**Problem details**
State the number of lines in the following data that include the word "IFCARBITRARYCLOSEDPROFILEDEF", with no other text.

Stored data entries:
[Start of section]
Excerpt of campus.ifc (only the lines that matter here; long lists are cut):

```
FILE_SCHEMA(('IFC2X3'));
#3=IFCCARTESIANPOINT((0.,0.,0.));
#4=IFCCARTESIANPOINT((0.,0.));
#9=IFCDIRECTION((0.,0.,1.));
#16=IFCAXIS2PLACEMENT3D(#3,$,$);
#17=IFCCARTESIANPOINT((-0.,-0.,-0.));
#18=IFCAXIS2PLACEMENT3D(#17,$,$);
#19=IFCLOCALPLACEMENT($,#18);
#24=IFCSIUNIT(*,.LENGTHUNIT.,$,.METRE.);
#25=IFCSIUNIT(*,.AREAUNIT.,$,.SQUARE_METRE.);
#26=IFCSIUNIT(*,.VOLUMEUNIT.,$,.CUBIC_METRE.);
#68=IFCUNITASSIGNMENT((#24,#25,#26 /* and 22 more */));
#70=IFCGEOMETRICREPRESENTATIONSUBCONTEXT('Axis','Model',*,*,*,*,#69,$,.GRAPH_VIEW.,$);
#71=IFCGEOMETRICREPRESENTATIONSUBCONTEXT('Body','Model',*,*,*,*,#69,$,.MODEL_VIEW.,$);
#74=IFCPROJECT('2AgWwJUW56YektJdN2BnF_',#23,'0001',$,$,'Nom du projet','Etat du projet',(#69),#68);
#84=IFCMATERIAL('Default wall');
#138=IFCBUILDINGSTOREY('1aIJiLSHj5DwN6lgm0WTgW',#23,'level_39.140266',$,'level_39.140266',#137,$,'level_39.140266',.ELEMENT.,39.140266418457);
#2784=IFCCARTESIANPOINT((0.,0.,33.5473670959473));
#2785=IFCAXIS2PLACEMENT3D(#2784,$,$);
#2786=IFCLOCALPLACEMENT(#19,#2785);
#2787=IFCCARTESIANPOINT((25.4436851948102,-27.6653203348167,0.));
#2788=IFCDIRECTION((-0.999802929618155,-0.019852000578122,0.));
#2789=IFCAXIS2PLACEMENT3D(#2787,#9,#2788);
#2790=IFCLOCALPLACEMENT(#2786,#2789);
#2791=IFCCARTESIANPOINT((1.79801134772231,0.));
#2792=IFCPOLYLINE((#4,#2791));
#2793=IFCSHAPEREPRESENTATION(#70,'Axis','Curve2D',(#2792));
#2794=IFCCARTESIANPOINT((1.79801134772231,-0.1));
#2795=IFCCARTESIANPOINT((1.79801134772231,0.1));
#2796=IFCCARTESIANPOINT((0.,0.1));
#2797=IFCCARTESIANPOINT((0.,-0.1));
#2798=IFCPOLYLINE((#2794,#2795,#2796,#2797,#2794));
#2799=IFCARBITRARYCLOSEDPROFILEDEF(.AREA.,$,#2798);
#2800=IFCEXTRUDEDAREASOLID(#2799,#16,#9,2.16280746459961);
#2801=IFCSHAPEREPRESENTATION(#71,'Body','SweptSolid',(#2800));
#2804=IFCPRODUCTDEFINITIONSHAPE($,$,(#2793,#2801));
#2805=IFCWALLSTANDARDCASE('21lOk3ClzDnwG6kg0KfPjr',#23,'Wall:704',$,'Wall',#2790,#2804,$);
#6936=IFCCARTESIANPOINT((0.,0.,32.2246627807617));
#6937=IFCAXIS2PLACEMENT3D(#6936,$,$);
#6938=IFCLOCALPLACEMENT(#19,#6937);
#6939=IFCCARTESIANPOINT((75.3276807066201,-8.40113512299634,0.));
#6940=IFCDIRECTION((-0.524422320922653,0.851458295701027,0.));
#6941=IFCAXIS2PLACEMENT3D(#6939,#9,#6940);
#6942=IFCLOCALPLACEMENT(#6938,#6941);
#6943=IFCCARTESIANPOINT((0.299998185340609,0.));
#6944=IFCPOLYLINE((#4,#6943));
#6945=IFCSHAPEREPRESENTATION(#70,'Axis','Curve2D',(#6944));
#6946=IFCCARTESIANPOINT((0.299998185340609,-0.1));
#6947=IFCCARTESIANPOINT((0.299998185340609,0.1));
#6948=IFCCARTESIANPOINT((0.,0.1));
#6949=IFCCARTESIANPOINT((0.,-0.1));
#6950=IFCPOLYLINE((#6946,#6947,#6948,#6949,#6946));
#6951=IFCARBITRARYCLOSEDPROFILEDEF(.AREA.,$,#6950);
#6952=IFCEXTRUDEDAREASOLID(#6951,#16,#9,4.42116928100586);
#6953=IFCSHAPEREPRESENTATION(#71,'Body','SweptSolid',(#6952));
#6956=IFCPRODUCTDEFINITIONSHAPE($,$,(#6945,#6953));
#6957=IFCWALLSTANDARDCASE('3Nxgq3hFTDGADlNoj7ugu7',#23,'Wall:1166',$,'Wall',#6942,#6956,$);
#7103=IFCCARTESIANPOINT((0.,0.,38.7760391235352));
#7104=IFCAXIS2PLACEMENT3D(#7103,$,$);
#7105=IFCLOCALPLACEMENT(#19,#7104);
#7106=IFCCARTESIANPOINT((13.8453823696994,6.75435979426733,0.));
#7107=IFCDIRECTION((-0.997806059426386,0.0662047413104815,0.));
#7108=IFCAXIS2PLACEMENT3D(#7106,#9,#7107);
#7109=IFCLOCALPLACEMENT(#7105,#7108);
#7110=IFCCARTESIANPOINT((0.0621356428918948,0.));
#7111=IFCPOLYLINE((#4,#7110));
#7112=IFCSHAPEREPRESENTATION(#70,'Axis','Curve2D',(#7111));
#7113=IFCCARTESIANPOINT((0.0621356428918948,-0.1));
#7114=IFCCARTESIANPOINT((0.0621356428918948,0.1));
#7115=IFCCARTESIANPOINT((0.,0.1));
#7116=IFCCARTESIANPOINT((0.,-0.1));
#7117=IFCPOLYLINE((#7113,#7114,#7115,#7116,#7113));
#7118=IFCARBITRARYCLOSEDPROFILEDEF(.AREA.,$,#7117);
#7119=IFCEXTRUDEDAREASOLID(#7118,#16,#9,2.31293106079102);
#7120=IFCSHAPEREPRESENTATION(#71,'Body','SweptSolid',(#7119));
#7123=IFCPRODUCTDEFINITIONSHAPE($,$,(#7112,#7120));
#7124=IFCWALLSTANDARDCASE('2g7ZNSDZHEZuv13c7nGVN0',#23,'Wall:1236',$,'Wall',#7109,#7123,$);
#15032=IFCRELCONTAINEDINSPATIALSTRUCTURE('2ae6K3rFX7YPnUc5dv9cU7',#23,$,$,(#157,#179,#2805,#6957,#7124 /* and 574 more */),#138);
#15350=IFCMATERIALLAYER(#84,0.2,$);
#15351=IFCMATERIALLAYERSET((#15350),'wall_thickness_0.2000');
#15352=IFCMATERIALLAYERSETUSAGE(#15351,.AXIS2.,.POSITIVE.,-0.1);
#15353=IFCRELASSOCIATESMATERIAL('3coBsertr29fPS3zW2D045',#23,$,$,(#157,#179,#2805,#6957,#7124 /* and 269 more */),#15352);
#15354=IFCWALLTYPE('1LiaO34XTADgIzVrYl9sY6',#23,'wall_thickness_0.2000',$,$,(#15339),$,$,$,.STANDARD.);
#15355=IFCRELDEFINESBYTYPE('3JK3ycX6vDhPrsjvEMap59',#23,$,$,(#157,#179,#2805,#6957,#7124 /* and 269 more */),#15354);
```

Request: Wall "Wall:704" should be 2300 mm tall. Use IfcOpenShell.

```python
import ifcopenshell
import ifcopenshell.geom
import ifcopenshell.util.representation
import ifcopenshell.util.shape
import ifcopenshell.util.unit

model = ifcopenshell.open("campus.ifc")
unit_scale = ifcopenshell.util.unit.calculate_unit_scale(model)
settings = ifcopenshell.geom.settings()


def volume(element):
    """Net volume in cubic metres, openings subtracted."""
    shape = ifcopenshell.geom.create_shape(settings, element)
    return ifcopenshell.util.shape.get_volume(shape.geometry)


wall = model.by_id(2805)
before = volume(wall)

body = ifcopenshell.util.representation.get_representation(wall, "Model", "Body")
solid = body.Items[0]
old_height = solid.Depth
solid.Depth = 2.3 / unit_scale
after = volume(wall)

print(f"height {old_height:g} -> {solid.Depth:g}, volume {before:.3f} -> {after:.3f} m3")

model.write("campus_edited.ifc")
```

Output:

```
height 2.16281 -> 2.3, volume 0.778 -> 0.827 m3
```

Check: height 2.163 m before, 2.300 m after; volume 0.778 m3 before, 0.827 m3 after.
[End of section]
**Problem solution**
3